Work item: Beneath this instruction is a block of data; output from it exactly the lines that run from the one containing "#93=IFCRELAGGREGATES('0000000000000000000012',$,$,$,#9,(#17));" through the one containing "END-ISO-10303-21;", inclusive.

Data for analysis:

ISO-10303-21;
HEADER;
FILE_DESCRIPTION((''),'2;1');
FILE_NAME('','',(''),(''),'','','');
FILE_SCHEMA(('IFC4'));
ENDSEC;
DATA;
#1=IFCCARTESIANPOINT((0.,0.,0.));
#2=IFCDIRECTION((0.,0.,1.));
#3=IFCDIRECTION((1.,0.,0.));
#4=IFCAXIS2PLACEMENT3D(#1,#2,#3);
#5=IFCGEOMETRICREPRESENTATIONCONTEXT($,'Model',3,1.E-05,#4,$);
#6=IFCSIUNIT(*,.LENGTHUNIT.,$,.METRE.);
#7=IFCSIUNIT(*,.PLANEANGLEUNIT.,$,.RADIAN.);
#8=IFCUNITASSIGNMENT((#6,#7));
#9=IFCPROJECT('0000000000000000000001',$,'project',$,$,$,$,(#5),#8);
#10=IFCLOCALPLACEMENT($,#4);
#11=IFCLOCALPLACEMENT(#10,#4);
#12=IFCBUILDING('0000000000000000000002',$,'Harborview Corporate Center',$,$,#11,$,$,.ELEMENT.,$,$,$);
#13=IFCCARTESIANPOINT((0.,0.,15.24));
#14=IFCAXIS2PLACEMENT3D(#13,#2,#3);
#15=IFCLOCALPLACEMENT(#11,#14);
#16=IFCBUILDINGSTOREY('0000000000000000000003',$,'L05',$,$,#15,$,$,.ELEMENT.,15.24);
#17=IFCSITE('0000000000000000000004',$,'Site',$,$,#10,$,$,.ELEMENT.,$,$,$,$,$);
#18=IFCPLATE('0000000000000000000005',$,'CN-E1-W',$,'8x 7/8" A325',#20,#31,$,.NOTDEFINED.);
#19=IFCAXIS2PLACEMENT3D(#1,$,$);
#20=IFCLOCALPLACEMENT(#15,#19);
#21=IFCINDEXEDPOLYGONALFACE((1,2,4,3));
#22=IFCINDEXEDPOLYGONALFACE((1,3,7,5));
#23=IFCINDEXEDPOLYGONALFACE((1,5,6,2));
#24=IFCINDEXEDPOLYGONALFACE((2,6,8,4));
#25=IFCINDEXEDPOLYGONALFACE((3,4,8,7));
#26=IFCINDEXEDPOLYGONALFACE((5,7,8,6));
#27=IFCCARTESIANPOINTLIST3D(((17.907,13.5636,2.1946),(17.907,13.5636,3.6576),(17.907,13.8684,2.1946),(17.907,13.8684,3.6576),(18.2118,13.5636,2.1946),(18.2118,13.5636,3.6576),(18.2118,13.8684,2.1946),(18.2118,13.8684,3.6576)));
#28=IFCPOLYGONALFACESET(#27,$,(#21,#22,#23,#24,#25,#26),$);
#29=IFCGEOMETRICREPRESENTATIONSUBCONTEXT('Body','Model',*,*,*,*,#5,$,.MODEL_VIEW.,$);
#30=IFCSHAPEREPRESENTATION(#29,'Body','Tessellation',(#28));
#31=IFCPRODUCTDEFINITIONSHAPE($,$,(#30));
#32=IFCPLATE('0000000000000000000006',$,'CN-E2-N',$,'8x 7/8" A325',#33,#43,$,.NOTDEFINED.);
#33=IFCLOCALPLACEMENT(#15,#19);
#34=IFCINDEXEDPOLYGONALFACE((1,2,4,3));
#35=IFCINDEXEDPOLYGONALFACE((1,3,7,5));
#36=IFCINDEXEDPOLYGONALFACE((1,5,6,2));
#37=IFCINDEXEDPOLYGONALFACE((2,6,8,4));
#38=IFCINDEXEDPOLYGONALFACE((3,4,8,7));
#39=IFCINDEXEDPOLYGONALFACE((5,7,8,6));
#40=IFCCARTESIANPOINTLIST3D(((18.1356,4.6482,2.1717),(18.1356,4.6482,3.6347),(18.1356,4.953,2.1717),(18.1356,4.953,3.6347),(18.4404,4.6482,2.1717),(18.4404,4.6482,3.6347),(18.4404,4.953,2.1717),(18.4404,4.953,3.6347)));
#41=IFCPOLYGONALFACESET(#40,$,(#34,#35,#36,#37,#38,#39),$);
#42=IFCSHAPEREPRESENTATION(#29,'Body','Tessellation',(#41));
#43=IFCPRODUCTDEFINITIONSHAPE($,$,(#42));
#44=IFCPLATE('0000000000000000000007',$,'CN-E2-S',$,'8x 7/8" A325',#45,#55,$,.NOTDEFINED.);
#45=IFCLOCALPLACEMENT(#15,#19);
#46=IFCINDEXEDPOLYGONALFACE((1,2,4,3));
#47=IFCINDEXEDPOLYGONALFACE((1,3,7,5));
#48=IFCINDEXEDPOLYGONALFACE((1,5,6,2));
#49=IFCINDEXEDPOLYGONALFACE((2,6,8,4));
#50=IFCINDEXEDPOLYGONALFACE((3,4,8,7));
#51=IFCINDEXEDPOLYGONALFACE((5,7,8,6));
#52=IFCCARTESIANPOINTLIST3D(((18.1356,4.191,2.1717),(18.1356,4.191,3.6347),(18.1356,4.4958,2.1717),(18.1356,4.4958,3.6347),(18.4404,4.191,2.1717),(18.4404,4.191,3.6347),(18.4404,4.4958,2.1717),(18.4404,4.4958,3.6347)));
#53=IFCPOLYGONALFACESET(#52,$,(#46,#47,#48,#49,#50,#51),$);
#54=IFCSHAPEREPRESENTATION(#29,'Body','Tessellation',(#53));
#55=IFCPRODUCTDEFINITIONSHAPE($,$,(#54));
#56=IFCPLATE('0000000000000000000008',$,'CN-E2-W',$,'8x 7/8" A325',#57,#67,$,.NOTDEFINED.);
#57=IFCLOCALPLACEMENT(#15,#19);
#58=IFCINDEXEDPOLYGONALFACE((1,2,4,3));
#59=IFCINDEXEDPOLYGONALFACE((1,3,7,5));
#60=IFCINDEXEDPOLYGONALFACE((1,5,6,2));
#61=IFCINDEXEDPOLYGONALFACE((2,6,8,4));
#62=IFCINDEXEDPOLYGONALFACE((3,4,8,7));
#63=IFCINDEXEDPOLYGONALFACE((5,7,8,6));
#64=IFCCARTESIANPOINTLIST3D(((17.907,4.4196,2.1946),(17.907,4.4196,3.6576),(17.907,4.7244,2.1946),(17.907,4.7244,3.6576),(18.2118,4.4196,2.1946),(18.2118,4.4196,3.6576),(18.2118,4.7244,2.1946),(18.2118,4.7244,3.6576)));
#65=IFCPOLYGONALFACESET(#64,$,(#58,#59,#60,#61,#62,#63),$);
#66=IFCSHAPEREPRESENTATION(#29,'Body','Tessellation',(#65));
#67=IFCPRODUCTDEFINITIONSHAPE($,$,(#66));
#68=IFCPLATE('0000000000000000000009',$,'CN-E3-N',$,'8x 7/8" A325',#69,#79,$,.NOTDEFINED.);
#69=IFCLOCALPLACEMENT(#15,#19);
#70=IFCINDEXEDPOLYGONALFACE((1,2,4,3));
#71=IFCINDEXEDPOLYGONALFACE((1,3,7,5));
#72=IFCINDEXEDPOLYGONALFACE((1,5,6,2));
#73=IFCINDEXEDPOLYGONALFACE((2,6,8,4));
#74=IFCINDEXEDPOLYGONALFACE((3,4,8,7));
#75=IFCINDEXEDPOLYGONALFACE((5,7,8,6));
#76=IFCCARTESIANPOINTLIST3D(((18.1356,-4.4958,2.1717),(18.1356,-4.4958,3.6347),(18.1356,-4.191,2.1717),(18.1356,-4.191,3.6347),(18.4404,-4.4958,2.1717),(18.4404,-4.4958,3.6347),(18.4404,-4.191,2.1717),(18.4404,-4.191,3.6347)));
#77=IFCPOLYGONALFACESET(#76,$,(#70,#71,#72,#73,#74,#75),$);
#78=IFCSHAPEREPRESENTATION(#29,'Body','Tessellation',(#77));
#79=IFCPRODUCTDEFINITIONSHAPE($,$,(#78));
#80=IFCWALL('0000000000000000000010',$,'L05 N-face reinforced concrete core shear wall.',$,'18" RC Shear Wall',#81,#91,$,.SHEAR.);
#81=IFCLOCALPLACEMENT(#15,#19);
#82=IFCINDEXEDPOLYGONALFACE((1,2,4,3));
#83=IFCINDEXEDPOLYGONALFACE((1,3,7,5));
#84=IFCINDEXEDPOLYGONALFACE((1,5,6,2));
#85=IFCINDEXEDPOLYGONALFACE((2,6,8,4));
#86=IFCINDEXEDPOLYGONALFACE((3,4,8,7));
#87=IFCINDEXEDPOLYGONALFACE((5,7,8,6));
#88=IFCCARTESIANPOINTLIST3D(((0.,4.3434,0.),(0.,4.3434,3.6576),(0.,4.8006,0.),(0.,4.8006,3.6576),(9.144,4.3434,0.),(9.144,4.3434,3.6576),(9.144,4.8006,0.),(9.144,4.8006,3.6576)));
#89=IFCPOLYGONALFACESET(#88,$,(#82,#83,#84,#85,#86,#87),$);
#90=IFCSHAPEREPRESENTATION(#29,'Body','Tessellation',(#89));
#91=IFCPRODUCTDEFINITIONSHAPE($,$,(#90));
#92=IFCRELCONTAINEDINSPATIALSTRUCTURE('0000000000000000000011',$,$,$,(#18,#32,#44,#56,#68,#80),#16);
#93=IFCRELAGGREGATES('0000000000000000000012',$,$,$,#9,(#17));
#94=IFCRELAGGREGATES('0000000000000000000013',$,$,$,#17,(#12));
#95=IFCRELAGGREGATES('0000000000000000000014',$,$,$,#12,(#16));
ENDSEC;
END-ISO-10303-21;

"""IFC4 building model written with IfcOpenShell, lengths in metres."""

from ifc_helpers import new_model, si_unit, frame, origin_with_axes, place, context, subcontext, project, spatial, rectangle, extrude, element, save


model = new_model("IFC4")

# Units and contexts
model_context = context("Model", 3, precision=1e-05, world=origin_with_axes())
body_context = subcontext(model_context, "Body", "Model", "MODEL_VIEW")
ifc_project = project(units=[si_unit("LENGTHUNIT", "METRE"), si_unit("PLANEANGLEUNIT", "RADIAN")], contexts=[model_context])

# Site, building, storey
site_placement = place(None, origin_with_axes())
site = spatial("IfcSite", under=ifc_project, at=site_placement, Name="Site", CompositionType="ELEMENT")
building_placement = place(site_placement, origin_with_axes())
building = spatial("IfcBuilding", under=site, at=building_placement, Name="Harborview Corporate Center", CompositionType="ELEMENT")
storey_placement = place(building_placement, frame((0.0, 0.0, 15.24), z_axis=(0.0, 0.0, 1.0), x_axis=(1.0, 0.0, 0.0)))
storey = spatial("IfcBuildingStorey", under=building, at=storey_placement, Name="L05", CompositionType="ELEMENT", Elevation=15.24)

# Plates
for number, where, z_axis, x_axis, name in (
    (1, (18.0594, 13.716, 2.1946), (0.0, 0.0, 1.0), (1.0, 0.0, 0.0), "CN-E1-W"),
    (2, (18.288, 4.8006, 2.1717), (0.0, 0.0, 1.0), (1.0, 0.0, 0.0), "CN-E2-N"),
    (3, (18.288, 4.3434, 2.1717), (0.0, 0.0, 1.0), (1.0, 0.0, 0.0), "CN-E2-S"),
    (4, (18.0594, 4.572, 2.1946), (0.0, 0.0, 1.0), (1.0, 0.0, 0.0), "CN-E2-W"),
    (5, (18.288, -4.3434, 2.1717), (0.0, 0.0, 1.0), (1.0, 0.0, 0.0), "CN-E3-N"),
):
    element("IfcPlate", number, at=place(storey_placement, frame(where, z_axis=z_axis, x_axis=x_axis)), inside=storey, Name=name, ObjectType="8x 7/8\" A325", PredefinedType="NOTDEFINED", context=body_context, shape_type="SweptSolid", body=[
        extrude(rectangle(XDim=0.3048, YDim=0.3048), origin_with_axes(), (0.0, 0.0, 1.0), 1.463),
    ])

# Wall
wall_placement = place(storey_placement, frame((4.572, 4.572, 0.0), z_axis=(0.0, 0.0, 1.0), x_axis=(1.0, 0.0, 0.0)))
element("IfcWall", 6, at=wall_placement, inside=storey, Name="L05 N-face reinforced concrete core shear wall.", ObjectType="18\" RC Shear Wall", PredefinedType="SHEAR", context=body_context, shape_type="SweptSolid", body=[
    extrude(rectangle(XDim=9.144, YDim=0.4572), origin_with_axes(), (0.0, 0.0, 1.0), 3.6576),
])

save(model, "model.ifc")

Response for this exercise:
#93=IFCRELAGGREGATES('0000000000000000000012',$,$,$,#9,(#17));
#94=IFCRELAGGREGATES('0000000000000000000013',$,$,$,#17,(#12));
#95=IFCRELAGGREGATES('0000000000000000000014',$,$,$,#12,(#16));
ENDSEC;
END-ISO-10303-21;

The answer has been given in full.